Despite the obvious importance of their plight, the protests received next to no media coverage, with less than a dozen news stories online and none in major media.

But disrupt the Olympic torch run and watch the media fly -- there were hundreds of stories about the protesters' disruption and it dominated television coverage. (Bill Tieleman, “Dissent and BC’s Media,” the Tyee, 3 Nov. 2009)

Don't you just hate it when someone crashes the corporate party?

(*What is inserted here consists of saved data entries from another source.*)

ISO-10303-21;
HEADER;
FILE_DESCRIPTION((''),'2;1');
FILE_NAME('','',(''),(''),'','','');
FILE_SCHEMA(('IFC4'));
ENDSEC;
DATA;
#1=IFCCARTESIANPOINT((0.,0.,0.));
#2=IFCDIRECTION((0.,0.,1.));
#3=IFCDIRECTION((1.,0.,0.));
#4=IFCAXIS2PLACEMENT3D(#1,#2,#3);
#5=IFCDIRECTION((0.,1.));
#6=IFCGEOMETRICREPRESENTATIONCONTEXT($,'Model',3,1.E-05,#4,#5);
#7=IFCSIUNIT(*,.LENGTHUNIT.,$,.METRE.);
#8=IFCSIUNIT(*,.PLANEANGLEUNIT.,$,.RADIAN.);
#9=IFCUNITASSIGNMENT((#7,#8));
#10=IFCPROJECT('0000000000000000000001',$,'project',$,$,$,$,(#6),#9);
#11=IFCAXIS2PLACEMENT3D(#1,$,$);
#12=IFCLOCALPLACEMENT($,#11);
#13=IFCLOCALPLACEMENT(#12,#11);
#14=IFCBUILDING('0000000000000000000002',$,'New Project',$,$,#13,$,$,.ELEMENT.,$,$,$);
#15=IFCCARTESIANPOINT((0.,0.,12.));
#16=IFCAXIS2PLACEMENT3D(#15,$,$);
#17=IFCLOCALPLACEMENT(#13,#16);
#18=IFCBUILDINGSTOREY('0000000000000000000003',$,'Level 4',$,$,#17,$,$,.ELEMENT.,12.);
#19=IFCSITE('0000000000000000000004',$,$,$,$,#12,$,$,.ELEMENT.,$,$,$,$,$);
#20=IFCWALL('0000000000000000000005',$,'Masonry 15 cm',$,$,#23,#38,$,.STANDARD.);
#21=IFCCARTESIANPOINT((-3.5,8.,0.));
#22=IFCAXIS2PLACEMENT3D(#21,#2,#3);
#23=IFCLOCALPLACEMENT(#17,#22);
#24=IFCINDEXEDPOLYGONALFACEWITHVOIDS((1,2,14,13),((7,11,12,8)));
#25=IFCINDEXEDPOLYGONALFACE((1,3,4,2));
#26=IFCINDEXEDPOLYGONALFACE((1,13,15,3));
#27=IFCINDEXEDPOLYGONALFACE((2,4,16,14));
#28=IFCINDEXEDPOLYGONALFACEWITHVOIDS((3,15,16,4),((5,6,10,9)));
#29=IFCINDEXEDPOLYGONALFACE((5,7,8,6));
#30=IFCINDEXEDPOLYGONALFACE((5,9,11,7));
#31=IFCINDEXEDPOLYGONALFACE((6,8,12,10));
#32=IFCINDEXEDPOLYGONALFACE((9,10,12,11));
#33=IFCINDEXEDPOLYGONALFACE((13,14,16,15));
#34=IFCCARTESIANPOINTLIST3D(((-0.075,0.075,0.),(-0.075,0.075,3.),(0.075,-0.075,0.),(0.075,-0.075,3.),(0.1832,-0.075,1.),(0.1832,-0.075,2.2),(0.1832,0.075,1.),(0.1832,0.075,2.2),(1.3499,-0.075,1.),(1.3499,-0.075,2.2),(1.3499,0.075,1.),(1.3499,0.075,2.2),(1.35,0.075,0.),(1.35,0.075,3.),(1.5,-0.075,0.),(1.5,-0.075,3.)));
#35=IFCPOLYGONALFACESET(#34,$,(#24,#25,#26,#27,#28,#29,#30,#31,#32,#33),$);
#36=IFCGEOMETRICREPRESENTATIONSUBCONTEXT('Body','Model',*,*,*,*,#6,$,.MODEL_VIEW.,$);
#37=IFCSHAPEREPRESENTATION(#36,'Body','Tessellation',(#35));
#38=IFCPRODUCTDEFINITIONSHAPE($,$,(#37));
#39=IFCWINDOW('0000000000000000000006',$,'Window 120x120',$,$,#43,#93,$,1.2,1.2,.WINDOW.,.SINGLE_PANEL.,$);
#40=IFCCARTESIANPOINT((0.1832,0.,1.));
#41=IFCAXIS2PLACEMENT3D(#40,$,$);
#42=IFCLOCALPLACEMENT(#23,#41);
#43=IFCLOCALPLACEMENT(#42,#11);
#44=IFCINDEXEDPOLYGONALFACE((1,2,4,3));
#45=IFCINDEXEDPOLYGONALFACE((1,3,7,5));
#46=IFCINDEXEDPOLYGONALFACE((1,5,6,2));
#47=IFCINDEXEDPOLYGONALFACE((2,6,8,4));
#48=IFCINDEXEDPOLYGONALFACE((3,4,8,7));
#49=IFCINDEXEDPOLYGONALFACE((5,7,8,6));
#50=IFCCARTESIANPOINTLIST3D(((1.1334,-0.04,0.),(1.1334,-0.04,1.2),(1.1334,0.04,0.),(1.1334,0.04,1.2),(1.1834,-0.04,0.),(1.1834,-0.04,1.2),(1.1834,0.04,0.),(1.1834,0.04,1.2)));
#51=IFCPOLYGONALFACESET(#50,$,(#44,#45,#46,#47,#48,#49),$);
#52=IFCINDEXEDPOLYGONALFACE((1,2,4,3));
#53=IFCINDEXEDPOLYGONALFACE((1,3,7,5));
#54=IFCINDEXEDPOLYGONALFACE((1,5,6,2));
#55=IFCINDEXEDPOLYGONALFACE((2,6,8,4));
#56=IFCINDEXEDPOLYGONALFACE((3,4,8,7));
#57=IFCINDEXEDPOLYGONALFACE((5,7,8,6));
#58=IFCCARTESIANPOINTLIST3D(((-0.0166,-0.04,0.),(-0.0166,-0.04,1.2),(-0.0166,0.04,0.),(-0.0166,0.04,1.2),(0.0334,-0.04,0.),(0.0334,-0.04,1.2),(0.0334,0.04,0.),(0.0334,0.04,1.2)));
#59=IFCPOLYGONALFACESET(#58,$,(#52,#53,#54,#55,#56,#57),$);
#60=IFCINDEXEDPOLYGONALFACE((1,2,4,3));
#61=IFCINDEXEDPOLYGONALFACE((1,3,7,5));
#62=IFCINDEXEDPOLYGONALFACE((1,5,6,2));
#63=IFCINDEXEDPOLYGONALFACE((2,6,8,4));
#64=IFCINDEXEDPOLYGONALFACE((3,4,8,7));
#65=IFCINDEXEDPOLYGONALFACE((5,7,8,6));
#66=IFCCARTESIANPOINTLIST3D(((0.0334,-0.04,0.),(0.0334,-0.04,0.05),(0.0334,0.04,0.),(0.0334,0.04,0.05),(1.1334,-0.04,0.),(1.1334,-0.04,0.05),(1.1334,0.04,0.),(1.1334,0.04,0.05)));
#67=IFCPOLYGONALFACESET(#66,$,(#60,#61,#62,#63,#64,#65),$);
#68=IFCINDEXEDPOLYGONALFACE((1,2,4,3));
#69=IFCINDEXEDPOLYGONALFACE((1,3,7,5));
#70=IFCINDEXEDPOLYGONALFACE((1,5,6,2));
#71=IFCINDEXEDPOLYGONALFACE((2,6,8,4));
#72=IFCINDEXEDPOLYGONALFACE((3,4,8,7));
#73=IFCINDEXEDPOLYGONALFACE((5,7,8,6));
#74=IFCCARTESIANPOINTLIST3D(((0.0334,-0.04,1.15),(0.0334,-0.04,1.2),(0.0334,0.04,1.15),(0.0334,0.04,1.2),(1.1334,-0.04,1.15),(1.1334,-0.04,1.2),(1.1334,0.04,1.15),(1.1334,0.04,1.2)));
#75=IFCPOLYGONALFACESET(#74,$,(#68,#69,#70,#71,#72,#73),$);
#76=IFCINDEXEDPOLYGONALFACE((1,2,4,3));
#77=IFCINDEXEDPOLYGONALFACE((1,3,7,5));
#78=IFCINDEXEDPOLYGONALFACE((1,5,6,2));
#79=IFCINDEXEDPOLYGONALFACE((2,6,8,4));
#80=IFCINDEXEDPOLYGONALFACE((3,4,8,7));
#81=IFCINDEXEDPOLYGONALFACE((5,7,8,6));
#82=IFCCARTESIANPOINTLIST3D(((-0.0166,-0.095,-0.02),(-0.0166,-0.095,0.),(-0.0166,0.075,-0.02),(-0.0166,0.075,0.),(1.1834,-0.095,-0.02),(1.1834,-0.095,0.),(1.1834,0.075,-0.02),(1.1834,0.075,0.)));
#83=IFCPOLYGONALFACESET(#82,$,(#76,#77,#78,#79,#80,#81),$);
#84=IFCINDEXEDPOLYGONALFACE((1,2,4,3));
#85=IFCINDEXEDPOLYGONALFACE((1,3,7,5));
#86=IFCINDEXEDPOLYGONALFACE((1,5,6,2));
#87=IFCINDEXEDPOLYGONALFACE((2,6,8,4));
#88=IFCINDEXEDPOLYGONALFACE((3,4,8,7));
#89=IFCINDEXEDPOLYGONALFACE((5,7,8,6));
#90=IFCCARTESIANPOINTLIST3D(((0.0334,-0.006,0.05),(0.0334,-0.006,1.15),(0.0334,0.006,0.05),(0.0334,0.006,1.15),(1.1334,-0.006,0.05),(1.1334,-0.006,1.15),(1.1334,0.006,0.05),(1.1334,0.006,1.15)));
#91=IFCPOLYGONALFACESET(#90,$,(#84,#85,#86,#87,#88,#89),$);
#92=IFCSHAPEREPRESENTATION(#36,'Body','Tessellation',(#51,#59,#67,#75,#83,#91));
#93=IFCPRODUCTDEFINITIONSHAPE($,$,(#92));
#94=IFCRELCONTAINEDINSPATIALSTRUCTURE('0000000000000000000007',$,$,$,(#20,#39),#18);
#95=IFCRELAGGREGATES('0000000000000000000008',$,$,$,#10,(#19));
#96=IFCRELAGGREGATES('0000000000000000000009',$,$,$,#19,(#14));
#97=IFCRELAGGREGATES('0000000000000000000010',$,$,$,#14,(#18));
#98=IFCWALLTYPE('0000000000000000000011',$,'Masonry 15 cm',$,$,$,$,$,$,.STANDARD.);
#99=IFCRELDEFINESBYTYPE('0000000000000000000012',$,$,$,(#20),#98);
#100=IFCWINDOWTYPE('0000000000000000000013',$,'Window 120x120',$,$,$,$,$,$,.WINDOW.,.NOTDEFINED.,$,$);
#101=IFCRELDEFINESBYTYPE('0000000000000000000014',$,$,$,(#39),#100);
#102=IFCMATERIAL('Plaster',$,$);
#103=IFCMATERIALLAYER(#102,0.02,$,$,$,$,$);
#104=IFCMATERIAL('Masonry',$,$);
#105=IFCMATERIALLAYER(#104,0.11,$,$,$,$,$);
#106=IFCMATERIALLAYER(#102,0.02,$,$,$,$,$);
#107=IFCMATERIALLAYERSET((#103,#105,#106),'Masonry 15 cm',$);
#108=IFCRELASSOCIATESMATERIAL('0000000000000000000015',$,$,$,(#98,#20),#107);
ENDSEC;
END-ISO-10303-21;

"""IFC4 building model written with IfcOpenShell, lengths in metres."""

from ifc_helpers import new_model, si_unit, direction, frame, frame_2d, origin, origin_with_axes, place, context, subcontext, project, spatial, polyline, rectangle, outline, extrude, material, layer, layer_set, layer_usage, type_object, element, fill, save


model = new_model("IFC4")

# Units and contexts
model_context = context("Model", 3, precision=1e-05, world=origin_with_axes(), true_north=direction((0.0, 1.0)))
body_context = subcontext(model_context, "Body", "Model", "MODEL_VIEW")
ifc_project = project(units=[si_unit("LENGTHUNIT", "METRE"), si_unit("PLANEANGLEUNIT", "RADIAN")], contexts=[model_context])

# Site, building, storey
site_placement = place(None, origin())
site = spatial("IfcSite", under=ifc_project, at=site_placement, CompositionType="ELEMENT")
building_placement = place(site_placement, origin())
building = spatial("IfcBuilding", under=site, at=building_placement, Name="New Project", CompositionType="ELEMENT")
storey_placement = place(building_placement, frame((0.0, 0.0, 12.0)))
storey = spatial("IfcBuildingStorey", under=building, at=storey_placement, Name="Level 4", CompositionType="ELEMENT", Elevation=12.0)

# Shared definitions
ifc_material_1 = material(Name="Plaster")
ifc_layer_1 = layer(ifc_material_1, 0.02)
ifc_material_2 = material(Name="Masonry")
ifc_layer_2 = layer(ifc_material_2, 0.11)
ifc_layer_3 = layer(ifc_material_1, 0.02)
ifc_layer_set_1 = layer_set([ifc_layer_1, ifc_layer_2, ifc_layer_3], Name="Masonry 15 cm")
ifc_layer_usage_1 = layer_usage(ifc_layer_set_1, "AXIS2", "NEGATIVE", 0.075)
wall_type = type_object("IfcWallType", Name="Masonry 15 cm", PredefinedType="STANDARD", material=ifc_layer_set_1)
window_type = type_object("IfcWindowType", Name="Window 120x120", PartitioningType="NOTDEFINED", PredefinedType="WINDOW")

# Wall, opening, window
wall_1_placement = place(storey_placement, frame((-3.5, 8.0, 0.0), z_axis=(0.0, 0.0, 1.0), x_axis=(1.0, 0.0, 0.0)))
wall_1 = element("IfcWall", 1, at=wall_1_placement, inside=storey, type_object=wall_type, material=ifc_layer_usage_1, Name="Masonry 15 cm", PredefinedType="STANDARD", context=body_context, shape_type="SweptSolid", body=[
    extrude(outline(polyline([(0.075, -0.075), (1.5, -0.075), (1.35, 0.075), (-0.075, 0.075), (0.075, -0.075)])), origin(), (0.0, 0.0, 1.0), 3.0),
])
opening_1_placement = place(wall_1_placement, frame((0.1832, 0.0, 1.0)))
opening_1 = element("IfcOpeningElement", 2, at=opening_1_placement, cuts=wall_1, PredefinedType="OPENING", context=body_context, shape_type="SweptSolid", body=[
    extrude(rectangle(XDim=1.1667, YDim=0.25, at=frame_2d((0.5834, 0.0))), origin(), (0.0, 0.0, 1.0), 1.2),
])
window_1_placement = place(opening_1_placement, origin())
window_1 = element("IfcWindow", 3, at=window_1_placement, inside=storey, type_object=window_type, Name="Window 120x120", OverallHeight=1.2, OverallWidth=1.2, PartitioningType="SINGLE_PANEL", PredefinedType="WINDOW", context=body_context, shape_type="SweptSolid", body=[
    extrude(outline(polyline([(1.1834, 0.04), (1.1334, 0.04), (1.1334, -0.04), (1.1834, -0.04), (1.1834, 0.04)])), origin(), (0.0, 0.0, 1.0), 1.2),
    extrude(outline(polyline([(0.0334, 0.04), (-0.0166, 0.04), (-0.0166, -0.04), (0.0334, -0.04), (0.0334, 0.04)])), origin(), (0.0, 0.0, 1.0), 1.2),
    extrude(outline(polyline([(1.1334, 0.04), (0.0334, 0.04), (0.0334, -0.04), (1.1334, -0.04), (1.1334, 0.04)])), origin(), (0.0, 0.0, 1.0), 0.05),
    extrude(outline(polyline([(1.1334, 0.04), (0.0334, 0.04), (0.0334, -0.04), (1.1334, -0.04), (1.1334, 0.04)])), frame((0.0, 0.0, 1.15)), (0.0, 0.0, 1.0), 0.05),
    extrude(outline(polyline([(1.1834, 0.075), (-0.0166, 0.075), (-0.0166, -0.095), (1.1834, -0.095), (1.1834, 0.075)])), frame((0.0, 0.0, -0.02)), (0.0, 0.0, 1.0), 0.02),
    extrude(outline(polyline([(1.1334, 0.006), (0.0334, 0.006), (0.0334, -0.006), (1.1334, -0.006), (1.1334, 0.006)])), frame((0.0, 0.0, 0.05)), (0.0, 0.0, 1.0), 1.1),
])
fill(opening_1, window_1)

save(model, "model.ifc")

Whenever people are being set up as fundamentally hatred-worthy, protections by civil liberties are soon to go. Civil liberty talk becomes all about setting the speakers up as, in essence, restrained and principled, so at that point when they decide protestors simply have gone "too far," and civil liberties are dispensed with in favor of beat first, piss on later, they have demonstrated to themselves that what in truth is their sadistic indulgence, is really, is incontrovertibly, absolute last measure necessity to keep anarchy at bay. It's all about setting things up so that when they later turn all militant brutal, they feel no guilt. With the way Bill sets this up, with self-involved protestors taking away chance of a lifetime thrills, you know what path he's on. Count him amongst those who will effort to crush those who dare think and behave independently.

I wonder if someone was once awakened out of a fugue-like, sick happy trance, by someone's independent action? Is this story about dreams spoiled, and lifetime trauma incurred, or awakening to the fact that there is life outside of McHappy town, and it's to be preferred?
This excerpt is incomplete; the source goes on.